Machine
- Interactive map of Machine
- Location: Fenway–Kenmore
- Coordinates: 42°20′41″N 71°05′45″W﻿ / ﻿42.34478°N 71.09583°W
- Type: Gay bar, Nightclub

Construction
- Opened: 1998
- Closed: 2020

= Machine (nightclub) =

Defunct gay bar and nightclub in Boston, Massachusetts, U.S.

Machine was a gay nightclub in Boston, Massachusetts from 1998 to 2020.

== History ==
In 1998, Machine was opened in the basement of the leather and Levis gay bar, Ramrod. Machine’s presence continued a legacy of LGBTQ community in the Fenway-Kenmore neighborhood since the 1970’s.

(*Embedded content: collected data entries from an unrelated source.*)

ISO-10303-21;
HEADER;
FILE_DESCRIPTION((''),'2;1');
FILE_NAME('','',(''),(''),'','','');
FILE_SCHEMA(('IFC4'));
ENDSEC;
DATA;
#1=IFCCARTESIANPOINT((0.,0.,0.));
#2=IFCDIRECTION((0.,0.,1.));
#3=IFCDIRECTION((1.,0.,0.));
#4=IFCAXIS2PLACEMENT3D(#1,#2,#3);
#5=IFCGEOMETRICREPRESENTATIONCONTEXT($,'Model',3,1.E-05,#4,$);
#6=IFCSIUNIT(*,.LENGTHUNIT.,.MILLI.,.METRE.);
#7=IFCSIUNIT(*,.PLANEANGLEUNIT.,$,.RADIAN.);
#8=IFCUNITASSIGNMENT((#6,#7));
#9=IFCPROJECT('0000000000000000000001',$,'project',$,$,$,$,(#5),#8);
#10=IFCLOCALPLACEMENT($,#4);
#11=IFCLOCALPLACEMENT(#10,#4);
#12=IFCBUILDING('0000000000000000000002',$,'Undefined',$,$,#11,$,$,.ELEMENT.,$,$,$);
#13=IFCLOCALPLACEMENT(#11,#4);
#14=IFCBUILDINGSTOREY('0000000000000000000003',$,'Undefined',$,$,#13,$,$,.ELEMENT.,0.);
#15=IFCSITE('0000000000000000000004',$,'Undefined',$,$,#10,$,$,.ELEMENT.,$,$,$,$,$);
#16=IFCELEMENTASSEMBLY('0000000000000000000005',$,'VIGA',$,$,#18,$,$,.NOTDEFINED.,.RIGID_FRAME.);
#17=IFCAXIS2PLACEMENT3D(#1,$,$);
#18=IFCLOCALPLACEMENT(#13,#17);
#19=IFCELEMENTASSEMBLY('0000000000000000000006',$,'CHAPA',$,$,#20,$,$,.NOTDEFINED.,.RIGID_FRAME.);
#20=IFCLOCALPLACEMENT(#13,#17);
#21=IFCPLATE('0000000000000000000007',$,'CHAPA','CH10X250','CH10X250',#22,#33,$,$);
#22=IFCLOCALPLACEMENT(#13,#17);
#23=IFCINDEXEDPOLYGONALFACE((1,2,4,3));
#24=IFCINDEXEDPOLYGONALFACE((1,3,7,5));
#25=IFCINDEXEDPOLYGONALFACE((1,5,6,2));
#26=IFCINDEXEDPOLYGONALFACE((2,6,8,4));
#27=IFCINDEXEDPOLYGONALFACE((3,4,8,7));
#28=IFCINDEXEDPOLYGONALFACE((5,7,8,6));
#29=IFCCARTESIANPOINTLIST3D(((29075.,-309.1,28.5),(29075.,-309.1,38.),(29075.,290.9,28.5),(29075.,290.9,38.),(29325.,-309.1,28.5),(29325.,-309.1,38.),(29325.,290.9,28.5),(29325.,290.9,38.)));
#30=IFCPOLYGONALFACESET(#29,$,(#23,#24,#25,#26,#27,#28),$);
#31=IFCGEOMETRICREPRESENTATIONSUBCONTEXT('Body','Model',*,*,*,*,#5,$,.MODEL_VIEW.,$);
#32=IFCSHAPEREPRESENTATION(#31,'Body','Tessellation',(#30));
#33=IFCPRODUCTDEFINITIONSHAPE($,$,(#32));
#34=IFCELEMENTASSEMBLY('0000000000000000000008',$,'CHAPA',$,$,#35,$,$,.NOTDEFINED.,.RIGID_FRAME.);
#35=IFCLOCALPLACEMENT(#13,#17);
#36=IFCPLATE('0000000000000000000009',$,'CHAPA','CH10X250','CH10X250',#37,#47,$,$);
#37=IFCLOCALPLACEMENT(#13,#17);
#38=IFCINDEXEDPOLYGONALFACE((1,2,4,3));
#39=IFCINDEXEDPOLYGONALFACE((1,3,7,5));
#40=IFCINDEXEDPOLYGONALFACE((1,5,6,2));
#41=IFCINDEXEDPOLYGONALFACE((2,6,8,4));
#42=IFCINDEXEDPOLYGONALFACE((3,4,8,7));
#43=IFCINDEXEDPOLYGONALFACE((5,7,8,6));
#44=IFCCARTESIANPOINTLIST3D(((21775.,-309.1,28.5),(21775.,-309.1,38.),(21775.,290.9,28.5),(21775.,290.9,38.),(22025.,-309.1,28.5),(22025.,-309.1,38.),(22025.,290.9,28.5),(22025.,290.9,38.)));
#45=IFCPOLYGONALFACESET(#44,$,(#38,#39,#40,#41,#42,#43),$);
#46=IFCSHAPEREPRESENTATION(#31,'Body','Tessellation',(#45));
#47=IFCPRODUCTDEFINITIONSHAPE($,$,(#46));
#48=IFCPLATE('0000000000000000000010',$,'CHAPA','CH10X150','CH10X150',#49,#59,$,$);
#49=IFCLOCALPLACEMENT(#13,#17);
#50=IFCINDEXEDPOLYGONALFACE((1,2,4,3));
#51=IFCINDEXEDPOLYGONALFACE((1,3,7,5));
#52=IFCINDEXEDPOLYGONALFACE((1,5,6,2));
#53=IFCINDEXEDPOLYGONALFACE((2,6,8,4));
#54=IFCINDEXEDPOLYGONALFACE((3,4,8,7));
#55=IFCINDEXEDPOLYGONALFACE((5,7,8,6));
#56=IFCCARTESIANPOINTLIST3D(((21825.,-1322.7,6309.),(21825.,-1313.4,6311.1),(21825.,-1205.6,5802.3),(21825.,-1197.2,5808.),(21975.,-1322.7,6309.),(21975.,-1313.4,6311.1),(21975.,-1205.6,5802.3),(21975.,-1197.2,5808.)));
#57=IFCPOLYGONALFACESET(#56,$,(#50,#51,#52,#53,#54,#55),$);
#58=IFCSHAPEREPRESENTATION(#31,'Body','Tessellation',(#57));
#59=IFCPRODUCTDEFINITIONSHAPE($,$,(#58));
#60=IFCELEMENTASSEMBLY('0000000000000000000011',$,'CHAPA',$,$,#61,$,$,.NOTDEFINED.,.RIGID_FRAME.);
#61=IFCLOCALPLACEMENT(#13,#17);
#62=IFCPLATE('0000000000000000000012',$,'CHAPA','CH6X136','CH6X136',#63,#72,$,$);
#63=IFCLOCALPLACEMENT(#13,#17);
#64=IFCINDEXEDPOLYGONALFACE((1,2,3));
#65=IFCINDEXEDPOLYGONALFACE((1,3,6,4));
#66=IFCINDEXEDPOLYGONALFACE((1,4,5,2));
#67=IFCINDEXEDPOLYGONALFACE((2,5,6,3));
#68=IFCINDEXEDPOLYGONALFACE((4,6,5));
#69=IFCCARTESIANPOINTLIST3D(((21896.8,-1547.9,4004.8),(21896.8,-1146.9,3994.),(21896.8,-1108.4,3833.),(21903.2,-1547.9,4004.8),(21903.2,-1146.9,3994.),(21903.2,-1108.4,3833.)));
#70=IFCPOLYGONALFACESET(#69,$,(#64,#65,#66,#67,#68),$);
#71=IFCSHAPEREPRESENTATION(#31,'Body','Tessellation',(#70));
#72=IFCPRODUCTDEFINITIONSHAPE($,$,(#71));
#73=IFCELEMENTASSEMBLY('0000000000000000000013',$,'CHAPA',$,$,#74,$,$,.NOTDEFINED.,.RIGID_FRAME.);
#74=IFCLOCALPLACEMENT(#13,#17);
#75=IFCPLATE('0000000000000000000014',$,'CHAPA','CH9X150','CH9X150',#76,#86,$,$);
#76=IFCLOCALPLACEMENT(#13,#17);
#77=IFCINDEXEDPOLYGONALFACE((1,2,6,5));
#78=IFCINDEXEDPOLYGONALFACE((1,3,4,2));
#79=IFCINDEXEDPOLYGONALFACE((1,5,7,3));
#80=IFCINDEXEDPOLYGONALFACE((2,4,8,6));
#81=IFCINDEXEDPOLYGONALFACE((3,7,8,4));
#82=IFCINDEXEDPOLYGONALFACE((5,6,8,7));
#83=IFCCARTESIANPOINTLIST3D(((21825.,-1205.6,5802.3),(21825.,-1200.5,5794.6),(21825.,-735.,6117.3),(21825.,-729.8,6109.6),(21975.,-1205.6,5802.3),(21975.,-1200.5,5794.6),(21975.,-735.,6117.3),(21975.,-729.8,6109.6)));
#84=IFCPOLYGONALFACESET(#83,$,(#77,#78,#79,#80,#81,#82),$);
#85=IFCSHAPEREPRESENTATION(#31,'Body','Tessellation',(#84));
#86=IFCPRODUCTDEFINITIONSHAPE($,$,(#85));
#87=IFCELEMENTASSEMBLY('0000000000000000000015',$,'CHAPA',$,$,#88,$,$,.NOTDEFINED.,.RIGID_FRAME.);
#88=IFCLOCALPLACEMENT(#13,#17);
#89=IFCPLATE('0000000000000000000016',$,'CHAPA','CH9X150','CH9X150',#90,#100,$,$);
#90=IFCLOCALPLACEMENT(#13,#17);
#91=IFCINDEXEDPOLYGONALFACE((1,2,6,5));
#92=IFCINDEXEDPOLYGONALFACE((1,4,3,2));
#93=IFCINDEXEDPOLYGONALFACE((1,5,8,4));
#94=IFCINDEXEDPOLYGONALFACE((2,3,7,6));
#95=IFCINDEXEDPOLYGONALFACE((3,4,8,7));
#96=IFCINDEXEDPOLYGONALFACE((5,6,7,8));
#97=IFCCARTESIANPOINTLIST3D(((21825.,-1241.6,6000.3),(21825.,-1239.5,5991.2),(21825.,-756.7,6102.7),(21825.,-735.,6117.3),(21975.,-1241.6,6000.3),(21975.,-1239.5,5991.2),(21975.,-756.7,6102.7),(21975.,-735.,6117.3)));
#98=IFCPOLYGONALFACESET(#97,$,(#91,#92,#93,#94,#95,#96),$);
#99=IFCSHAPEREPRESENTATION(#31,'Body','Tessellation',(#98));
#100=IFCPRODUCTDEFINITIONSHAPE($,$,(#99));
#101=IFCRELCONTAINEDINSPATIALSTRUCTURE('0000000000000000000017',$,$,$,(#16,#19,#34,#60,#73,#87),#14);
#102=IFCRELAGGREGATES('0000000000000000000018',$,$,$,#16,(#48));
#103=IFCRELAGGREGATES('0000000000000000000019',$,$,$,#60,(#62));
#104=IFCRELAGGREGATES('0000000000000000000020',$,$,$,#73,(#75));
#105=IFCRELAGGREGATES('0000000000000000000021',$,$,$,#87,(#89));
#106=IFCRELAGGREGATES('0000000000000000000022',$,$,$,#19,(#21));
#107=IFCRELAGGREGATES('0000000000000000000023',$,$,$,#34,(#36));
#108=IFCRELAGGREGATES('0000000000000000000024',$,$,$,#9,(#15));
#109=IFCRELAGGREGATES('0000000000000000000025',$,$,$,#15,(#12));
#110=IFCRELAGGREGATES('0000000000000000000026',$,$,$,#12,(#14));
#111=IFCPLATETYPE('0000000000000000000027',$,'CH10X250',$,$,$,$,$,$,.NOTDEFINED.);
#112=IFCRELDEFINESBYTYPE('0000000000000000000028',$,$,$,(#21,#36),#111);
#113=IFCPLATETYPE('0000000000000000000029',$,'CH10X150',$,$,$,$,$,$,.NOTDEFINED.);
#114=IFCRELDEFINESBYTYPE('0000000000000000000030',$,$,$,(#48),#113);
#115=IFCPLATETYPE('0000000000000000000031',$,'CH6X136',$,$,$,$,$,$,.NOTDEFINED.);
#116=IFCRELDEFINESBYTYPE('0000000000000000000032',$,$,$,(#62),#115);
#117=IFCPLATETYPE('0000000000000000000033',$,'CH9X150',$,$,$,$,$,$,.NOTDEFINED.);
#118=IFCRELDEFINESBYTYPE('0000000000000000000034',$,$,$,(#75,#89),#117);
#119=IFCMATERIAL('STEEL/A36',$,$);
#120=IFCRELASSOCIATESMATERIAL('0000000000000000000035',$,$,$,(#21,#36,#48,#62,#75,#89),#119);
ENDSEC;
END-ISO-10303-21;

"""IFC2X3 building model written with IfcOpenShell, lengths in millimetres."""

from ifc_helpers import new_model, si_unit, frame, origin_with_axes, place, context, subcontext, project, spatial, polyline, outline, extrude, clip, halfspace, material, type_object, element, aggregate, save


model = new_model("IFC2X3")

# Units and contexts
model_context = context("Model", 3, precision=1e-05, world=origin_with_axes())
body_context = subcontext(model_context, "Body", "Model", "MODEL_VIEW")
ifc_project = project(units=[si_unit("LENGTHUNIT", "METRE", prefix="MILLI"), si_unit("PLANEANGLEUNIT", "RADIAN")], contexts=[model_context])

# Site, building, storey
site_placement = place(None, origin_with_axes())
site = spatial("IfcSite", under=ifc_project, at=site_placement, Name="Undefined", CompositionType="ELEMENT")
building_placement = place(site_placement, origin_with_axes())
building = spatial("IfcBuilding", under=site, at=building_placement, Name="Undefined", CompositionType="ELEMENT")
storey_placement = place(building_placement, origin_with_axes())
storey = spatial("IfcBuildingStorey", under=building, at=storey_placement, Name="Undefined", CompositionType="ELEMENT", Elevation=0.0)

# Element assembly
assembly_1_placement = place(storey_placement, origin_with_axes())
assembly_1 = element("IfcElementAssembly", 1, at=assembly_1_placement, inside=storey, Name="VIGA", AssemblyPlace="NOTDEFINED", PredefinedType="RIGID_FRAME")

# Element assemblies, plates
assembly_2_placement = place(storey_placement, origin_with_axes())
assembly_2 = element("IfcElementAssembly", 2, at=assembly_2_placement, inside=storey, Name="CHAPA", AssemblyPlace="NOTDEFINED", PredefinedType="RIGID_FRAME")
ifc_material_1 = material(Name="STEEL/A36")
plate_type_1 = type_object("IfcPlateType", Name="CH10X250", PredefinedType="NOTDEFINED")
plate_1_placement = place(assembly_2_placement, frame((29075.0, -309.1, 33.2), z_axis=(0.0, 0.0, 1.0), x_axis=(1.0, 0.0, 0.0)))
plate_1 = element("IfcPlate", 3, at=plate_1_placement, type_object=plate_type_1, material=ifc_material_1, Name="CHAPA", Description="CH10X250", ObjectType="CH10X250", context=body_context, shape_type="SweptSolid", body=[
    extrude(outline(polyline([(0.0, 0.0), (250.0, 0.0), (250.0, 600.0), (0.0, 600.0), (0.0, 0.0)])), frame((0.0, 0.0, -4.8), z_axis=(0.0, 0.0, 1.0), x_axis=(1.0, 0.0, 0.0)), (0.0, 0.0, 1.0), 9.5),
])
assembly_3_placement = place(storey_placement, origin_with_axes())
assembly_3 = element("IfcElementAssembly", 4, at=assembly_3_placement, inside=storey, Name="CHAPA", AssemblyPlace="NOTDEFINED", PredefinedType="RIGID_FRAME")
plate_2_placement = place(assembly_3_placement, frame((21775.0, -309.1, 33.2), z_axis=(0.0, 0.0, 1.0), x_axis=(1.0, 0.0, 0.0)))
plate_2 = element("IfcPlate", 5, at=plate_2_placement, type_object=plate_type_1, material=ifc_material_1, Name="CHAPA", Description="CH10X250", ObjectType="CH10X250", context=body_context, shape_type="SweptSolid", body=[
    extrude(outline(polyline([(0.0, 0.0), (250.0, 0.0), (250.0, 600.0), (0.0, 600.0), (0.0, 0.0)])), frame((0.0, 0.0, -4.8), z_axis=(0.0, 0.0, 1.0), x_axis=(1.0, 0.0, 0.0)), (0.0, 0.0, 1.0), 9.5),
])

# Plate
plate_type_2 = type_object("IfcPlateType", Name="CH10X150", PredefinedType="NOTDEFINED")
plate_3_placement = place(assembly_1_placement, frame((21975.0, -1318.1, 6310.1), z_axis=(0.0, 0.97433, 0.225124), x_axis=(0.0, 0.225124, -0.97433)))
plate_3 = element("IfcPlate", 6, at=plate_3_placement, type_object=plate_type_2, material=ifc_material_1, Name="CHAPA", Description="CH10X150", ObjectType="CH10X150", context=body_context, shape_type="Clipping", body=[
    clip(extrude(outline(polyline([(0.0, 0.0), (520.0, 0.0), (520.0, 150.0), (0.0, 150.0), (0.0, 0.0)])), frame((0.0, 0.0, -4.8), z_axis=(0.0, 0.0, 1.0), x_axis=(1.0, 0.0, 0.0)), (0.0, 0.0, 1.0), 9.5), halfspace(frame((516.4, -500.0, 4.8), z_axis=(0.934951, 0.0, 0.354778), x_axis=(0.0, 1.0, 0.0)), False)),
])
aggregate(assembly_1, [plate_3])

# Element assemblies, plates
assembly_4_placement = place(storey_placement, origin_with_axes())
assembly_4 = element("IfcElementAssembly", 7, at=assembly_4_placement, inside=storey, Name="CHAPA", AssemblyPlace="NOTDEFINED", PredefinedType="RIGID_FRAME")
plate_type_3 = type_object("IfcPlateType", Name="CH6X136", PredefinedType="NOTDEFINED")
plate_4_placement = place(assembly_4_placement, frame((21900.0, -1146.9, 3994.0), z_axis=(1.0, 0.0, 0.0), x_axis=(0.0, -0.999636, 0.026972)))
plate_4 = element("IfcPlate", 8, at=plate_4_placement, type_object=plate_type_3, material=ifc_material_1, Name="CHAPA", Description="CH6X136", ObjectType="CH6X136", context=body_context, shape_type="SweptSolid", body=[
    extrude(outline(polyline([(0.0, 0.0), (401.1, 0.0), (-42.8, 159.9), (0.0, 0.0)])), frame((0.0, 0.0, -3.1), z_axis=(0.0, 0.0, 1.0), x_axis=(1.0, 0.0, 0.0)), (0.0, 0.0, 1.0), 6.3),
])
aggregate(assembly_4, [plate_4])
assembly_5_placement = place(storey_placement, origin_with_axes())
assembly_5 = element("IfcElementAssembly", 9, at=assembly_5_placement, inside=storey, Name="CHAPA", AssemblyPlace="NOTDEFINED", PredefinedType="RIGID_FRAME")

Machine differed from the dominantly white and male-centered gay scene in Boston by catering to gay women and people of color. Machine hosted dyke nights for the sapphic community from 2007 until 2017.

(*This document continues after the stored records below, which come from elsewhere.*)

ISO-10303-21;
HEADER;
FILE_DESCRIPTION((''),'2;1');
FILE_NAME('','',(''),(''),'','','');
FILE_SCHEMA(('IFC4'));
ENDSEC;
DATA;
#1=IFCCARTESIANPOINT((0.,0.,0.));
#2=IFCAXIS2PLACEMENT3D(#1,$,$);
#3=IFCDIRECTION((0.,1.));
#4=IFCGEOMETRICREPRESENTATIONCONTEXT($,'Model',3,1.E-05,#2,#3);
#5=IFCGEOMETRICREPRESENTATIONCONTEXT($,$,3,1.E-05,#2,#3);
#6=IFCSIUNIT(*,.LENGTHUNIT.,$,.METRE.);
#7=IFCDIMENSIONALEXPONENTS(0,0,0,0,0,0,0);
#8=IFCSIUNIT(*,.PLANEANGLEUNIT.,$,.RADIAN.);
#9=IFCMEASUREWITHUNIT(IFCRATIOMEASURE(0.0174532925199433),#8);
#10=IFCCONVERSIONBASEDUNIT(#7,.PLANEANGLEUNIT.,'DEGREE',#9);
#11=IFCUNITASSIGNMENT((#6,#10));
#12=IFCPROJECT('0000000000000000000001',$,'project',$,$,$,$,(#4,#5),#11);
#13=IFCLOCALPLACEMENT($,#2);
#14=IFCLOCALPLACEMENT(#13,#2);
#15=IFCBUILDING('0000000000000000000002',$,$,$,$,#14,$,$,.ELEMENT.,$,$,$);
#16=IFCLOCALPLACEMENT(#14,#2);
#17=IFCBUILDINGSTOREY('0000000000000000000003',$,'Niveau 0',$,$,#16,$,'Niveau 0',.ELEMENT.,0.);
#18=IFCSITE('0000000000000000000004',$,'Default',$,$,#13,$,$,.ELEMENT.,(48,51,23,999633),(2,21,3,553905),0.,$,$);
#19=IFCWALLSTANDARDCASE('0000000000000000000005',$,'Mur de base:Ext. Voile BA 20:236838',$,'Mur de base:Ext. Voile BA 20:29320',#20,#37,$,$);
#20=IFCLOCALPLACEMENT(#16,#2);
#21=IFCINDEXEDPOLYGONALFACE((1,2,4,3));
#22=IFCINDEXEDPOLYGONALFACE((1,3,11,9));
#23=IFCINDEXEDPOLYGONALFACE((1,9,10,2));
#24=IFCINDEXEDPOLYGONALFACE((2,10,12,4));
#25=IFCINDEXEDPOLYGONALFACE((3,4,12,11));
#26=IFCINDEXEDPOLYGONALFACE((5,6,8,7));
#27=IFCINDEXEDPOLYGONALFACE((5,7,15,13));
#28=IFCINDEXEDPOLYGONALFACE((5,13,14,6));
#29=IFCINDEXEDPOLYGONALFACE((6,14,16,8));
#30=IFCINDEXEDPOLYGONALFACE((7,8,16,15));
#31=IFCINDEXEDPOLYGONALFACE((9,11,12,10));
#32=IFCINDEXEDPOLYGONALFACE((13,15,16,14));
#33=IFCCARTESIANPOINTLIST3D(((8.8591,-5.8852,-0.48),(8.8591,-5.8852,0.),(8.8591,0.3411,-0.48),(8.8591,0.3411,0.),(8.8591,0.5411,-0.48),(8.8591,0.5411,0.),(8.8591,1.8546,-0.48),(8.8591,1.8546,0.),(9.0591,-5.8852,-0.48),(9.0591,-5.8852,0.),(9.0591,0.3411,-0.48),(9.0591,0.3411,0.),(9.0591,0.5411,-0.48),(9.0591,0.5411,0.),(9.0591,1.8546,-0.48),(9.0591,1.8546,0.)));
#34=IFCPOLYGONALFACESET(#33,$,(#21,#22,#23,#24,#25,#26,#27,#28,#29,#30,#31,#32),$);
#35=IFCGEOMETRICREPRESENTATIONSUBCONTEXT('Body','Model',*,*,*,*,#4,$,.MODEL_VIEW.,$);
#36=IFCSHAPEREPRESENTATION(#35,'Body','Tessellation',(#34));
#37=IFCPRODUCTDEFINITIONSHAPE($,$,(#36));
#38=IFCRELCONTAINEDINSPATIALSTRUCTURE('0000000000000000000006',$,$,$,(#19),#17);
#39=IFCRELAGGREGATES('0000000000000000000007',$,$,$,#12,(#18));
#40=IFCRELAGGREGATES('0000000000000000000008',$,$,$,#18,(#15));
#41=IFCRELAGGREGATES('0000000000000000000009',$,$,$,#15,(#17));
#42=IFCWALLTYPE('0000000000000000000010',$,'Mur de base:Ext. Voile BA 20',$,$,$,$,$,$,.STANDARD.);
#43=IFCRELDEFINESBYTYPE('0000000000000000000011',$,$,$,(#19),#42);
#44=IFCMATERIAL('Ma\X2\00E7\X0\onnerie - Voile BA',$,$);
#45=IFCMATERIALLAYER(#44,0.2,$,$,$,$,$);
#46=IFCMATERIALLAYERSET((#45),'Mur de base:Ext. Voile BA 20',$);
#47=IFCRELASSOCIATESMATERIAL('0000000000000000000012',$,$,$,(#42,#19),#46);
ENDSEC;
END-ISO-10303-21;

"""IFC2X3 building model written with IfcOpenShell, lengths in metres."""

from ifc_helpers import new_model, entity, si_unit, converted_unit, direction, frame, frame_2d, origin, origin_2d_with_axis, place, context, subcontext, project, spatial, rectangle, extrude, material, layer, layer_set, layer_usage, type_object, element, save


model = new_model("IFC2X3")

# Units and contexts
model_context = context("Model", 3, precision=1e-05, world=origin(), true_north=direction((0.0, 1.0)))
context_of_model = context(None, 3, precision=1e-05, world=origin(), true_north=direction((0.0, 1.0)))
body_context = subcontext(model_context, "Body", "Model", "MODEL_VIEW")
ifc_project = project(units=[si_unit("LENGTHUNIT", "METRE"), converted_unit("PLANEANGLEUNIT", "DEGREE", entity("IfcRatioMeasure", 0.0174532925199433), si_unit("PLANEANGLEUNIT", "RADIAN"), dimensions=[0, 0, 0, 0, 0, 0, 0])], contexts=[model_context, context_of_model])

# Site, building, storey
site_placement = place(None, origin())
site = spatial("IfcSite", under=ifc_project, at=site_placement, Name="Default", CompositionType="ELEMENT", RefLatitude=(48, 51, 23, 999633), RefLongitude=(2, 21, 3, 553905), RefElevation=0.0)
building_placement = place(site_placement, origin())
building = spatial("IfcBuilding", under=site, at=building_placement, CompositionType="ELEMENT")
storey_placement = place(building_placement, origin())
storey = spatial("IfcBuildingStorey", under=building, at=storey_placement, Name="Niveau 0", LongName="Niveau 0", CompositionType="ELEMENT", Elevation=0.0)

# Shared definitions
ifc_material_1 = material(Name="Maçonnerie - Voile BA")
ifc_layer_1 = layer(ifc_material_1, 0.2)
ifc_layer_set_1 = layer_set([ifc_layer_1], Name="Mur de base:Ext. Voile BA 20")
wall_type = type_object("IfcWallType", Name="Mur de base:Ext. Voile BA 20", PredefinedType="STANDARD", material=ifc_layer_set_1)

# Wall, opening
ifc_layer_usage_1 = layer_usage(ifc_layer_set_1, "AXIS2", "NEGATIVE", 0.1)
wall_1_placement = place(storey_placement, frame((8.9591, 1.8546, -0.48), z_axis=(0.0, 0.0, 1.0), x_axis=(0.0, -1.0, 0.0)))
wall_1 = element("IfcWallStandardCase", 1, at=wall_1_placement, inside=storey, type_object=wall_type, material=ifc_layer_usage_1, Name="Mur de base:Ext. Voile BA 20:236838", ObjectType="Mur de base:Ext. Voile BA 20:29320", context=body_context, shape_type="SweptSolid", body=[
    extrude(rectangle(XDim=7.7398, YDim=0.2, at=frame_2d((3.8699, 0.0), x_axis=(-1.0, 0.0))), origin(), (0.0, 0.0, 1.0), 0.48),
])
opening_1_placement = place(storey_placement, frame((8.9591, 1.8546, -0.48), z_axis=(0.0, 0.0, 1.0), x_axis=(0.0, -1.0, 0.0)))
element("IfcOpeningElement", 2, at=opening_1_placement, cuts=wall_1, ObjectType="Opening", context=body_context, shape_type="SweptSolid", body=[
    extrude(rectangle(XDim=0.48, YDim=0.2, at=origin_2d_with_axis()), frame((1.5135, 0.0, 0.24), z_axis=(-1.0, 0.0, 0.0), x_axis=(0.0, 0.0, 1.0)), (0.0, 0.0, 1.0), 0.2),
])

save(model, "model.ifc")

Machine held weddings, memorials, and fundraisers for the gay community. The club was a popular venue for drag performances. Machine had unisex bathrooms.

In January 2020, plans to turn the nightclub building into a 15-story apartment complex were approved by the Boston Planning & Development Agency. On March 14, 2020, Machine was permanently closed.